From the entries below, copy every line holding the word "IFCSHAPEREPRESENTATION".
------------
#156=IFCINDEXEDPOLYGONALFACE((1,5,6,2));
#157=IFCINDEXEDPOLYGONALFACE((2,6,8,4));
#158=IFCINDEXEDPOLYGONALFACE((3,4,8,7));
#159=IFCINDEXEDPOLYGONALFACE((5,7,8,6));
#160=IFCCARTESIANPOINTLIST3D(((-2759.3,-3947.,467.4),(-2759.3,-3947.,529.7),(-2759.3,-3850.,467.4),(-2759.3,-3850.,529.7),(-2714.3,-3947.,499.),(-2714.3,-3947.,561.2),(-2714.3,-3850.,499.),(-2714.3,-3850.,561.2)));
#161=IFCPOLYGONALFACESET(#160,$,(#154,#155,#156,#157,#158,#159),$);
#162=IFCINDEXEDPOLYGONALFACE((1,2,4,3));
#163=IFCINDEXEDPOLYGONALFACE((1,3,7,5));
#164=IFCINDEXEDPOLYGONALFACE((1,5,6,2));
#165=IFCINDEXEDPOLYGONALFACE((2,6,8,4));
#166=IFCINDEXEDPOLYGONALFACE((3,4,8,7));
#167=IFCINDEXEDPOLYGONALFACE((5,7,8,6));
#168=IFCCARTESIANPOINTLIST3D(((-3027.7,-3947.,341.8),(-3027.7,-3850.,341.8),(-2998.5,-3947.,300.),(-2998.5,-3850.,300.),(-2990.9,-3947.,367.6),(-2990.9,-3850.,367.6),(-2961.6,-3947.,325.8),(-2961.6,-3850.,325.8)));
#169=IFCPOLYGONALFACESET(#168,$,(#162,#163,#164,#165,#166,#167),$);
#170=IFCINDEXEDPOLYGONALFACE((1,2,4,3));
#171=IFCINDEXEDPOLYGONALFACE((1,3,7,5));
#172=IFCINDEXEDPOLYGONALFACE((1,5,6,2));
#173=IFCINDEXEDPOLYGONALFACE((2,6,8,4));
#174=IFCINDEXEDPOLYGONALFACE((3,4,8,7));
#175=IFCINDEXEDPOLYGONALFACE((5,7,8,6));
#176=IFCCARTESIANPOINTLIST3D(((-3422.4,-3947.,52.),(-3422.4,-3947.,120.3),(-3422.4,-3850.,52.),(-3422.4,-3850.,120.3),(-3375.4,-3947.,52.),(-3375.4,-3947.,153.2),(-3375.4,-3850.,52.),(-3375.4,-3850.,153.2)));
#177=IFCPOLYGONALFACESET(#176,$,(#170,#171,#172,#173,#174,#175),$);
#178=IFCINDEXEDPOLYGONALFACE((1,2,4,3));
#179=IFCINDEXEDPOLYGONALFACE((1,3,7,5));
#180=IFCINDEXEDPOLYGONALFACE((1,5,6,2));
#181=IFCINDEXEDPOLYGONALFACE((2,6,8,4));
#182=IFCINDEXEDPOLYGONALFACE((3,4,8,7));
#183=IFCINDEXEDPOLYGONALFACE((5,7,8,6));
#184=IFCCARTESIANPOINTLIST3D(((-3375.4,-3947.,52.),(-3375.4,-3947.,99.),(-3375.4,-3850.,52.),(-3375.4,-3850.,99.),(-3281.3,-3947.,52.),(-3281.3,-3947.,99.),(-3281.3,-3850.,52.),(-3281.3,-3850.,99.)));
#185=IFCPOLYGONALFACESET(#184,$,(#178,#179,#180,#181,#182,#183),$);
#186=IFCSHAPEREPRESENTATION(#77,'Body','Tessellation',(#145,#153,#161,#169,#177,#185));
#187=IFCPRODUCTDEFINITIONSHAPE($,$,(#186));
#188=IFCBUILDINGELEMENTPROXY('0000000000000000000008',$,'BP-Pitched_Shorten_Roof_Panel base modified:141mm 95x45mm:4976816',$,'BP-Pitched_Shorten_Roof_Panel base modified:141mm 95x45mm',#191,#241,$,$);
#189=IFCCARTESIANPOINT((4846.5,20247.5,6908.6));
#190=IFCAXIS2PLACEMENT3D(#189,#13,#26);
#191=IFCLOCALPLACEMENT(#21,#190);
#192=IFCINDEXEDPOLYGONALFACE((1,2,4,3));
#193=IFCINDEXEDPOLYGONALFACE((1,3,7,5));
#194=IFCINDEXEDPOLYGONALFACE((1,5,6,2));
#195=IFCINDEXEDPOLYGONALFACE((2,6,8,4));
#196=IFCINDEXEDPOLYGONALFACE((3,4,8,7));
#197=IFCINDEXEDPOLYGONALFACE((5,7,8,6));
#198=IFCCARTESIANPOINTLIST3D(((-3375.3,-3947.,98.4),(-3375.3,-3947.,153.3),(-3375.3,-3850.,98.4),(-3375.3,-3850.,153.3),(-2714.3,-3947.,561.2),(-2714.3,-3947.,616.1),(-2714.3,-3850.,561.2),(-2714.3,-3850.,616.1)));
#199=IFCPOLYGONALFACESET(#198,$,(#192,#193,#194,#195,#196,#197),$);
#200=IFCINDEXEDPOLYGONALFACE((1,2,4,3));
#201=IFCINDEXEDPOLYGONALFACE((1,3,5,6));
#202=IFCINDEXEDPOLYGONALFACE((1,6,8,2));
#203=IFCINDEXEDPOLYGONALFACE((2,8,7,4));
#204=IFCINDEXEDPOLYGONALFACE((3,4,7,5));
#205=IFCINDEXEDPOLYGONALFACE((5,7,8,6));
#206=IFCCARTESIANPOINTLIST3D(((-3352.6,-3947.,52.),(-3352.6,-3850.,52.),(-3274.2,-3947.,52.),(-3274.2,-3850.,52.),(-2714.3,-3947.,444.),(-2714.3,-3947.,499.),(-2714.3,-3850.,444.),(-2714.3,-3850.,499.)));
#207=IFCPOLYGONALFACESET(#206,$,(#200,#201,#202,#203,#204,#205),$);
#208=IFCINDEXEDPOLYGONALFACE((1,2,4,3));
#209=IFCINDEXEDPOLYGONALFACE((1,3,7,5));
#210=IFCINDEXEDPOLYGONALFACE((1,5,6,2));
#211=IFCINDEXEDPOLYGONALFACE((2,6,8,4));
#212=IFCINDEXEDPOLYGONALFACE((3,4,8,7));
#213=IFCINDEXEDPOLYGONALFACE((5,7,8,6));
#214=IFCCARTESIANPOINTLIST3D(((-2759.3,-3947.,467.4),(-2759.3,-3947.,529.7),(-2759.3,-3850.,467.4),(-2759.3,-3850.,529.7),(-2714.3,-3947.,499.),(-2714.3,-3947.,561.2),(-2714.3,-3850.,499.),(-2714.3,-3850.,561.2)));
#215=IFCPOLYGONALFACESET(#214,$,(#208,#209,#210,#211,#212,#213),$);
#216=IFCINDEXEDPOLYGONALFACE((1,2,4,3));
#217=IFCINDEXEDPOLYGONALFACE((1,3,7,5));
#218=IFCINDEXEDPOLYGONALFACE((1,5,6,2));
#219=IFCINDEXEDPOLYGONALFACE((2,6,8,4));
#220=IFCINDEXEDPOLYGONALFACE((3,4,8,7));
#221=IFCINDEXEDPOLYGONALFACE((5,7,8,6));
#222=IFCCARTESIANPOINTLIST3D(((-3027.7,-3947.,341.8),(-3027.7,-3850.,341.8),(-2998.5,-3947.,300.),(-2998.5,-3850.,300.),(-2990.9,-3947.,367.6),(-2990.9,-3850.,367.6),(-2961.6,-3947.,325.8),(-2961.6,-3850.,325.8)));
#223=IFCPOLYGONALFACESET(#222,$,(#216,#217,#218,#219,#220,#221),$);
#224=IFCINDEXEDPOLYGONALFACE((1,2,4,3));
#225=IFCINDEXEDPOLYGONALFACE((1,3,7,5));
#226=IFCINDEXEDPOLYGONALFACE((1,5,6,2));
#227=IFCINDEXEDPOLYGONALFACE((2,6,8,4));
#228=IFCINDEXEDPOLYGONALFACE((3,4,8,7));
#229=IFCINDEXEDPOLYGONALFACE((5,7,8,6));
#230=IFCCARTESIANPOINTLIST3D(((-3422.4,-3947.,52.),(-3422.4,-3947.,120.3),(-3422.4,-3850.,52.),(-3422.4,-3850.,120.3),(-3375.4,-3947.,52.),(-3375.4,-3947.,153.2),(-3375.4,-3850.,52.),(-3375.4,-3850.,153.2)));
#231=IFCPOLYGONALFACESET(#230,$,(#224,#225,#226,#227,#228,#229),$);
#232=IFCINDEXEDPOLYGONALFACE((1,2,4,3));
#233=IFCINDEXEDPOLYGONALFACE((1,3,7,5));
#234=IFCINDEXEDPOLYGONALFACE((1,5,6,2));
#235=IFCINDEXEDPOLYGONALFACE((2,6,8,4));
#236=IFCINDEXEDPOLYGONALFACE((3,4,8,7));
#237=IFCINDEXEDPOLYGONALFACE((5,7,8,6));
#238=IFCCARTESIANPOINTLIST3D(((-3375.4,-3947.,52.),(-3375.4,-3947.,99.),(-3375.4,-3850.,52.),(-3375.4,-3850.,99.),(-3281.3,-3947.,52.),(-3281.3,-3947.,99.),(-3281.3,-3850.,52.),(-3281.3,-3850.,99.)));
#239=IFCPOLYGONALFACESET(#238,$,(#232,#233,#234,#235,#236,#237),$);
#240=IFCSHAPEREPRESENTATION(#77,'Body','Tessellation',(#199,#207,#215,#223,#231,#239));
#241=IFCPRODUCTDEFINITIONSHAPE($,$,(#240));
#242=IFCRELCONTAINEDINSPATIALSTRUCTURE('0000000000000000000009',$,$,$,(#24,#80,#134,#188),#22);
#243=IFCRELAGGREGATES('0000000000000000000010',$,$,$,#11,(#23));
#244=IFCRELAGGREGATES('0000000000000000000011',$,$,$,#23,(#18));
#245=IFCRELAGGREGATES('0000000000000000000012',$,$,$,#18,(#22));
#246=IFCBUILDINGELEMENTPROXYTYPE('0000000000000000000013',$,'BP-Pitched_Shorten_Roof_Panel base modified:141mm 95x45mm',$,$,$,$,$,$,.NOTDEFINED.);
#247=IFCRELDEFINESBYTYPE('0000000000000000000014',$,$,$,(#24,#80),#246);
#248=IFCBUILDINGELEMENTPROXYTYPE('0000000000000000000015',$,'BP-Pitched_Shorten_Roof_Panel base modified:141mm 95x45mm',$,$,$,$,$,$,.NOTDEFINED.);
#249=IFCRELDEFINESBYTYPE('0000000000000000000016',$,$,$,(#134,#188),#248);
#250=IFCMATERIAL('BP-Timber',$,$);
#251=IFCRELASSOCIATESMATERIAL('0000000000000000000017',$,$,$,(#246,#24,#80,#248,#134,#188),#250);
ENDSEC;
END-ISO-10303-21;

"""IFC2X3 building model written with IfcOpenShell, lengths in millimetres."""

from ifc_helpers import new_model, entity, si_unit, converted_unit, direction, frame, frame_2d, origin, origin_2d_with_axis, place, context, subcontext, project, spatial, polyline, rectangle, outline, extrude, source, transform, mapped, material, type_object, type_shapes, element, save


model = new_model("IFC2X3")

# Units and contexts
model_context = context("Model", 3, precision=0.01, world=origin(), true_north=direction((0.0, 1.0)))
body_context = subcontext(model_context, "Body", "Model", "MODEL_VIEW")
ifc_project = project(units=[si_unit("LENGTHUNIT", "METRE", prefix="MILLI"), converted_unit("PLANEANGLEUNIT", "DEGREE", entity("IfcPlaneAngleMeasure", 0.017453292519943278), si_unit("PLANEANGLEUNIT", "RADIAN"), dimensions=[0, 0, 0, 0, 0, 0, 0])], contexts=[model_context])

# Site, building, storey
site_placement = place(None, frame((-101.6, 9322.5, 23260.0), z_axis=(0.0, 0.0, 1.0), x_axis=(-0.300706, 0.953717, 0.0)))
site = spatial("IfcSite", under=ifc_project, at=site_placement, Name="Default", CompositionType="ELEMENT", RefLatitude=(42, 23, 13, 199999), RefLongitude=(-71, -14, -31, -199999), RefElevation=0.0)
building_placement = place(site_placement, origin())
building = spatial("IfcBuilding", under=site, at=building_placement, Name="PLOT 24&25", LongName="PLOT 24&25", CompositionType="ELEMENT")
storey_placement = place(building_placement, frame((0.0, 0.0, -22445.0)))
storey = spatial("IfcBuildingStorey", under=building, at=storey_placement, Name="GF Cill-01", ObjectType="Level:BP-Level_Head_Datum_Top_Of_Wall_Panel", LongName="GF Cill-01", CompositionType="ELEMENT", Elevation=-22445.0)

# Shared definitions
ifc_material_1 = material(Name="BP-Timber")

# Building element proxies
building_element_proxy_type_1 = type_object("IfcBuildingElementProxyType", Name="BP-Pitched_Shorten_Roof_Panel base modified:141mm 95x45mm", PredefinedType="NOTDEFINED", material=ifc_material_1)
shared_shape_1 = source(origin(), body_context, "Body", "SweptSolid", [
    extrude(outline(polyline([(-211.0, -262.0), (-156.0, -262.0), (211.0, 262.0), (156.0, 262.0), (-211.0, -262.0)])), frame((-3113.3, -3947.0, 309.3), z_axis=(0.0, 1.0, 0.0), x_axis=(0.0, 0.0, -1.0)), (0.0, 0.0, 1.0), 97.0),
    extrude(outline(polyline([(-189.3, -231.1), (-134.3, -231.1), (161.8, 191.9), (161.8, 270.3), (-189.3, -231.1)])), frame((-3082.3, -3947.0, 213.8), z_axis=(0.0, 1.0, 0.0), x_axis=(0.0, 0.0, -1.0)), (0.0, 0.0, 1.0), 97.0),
------------
- **ANSWER TO THIS PROBLEM**
#186=IFCSHAPEREPRESENTATION(#77,'Body','Tessellation',(#145,#153,#161,#169,#177,#185));
#240=IFCSHAPEREPRESENTATION(#77,'Body','Tessellation',(#199,#207,#215,#223,#231,#239));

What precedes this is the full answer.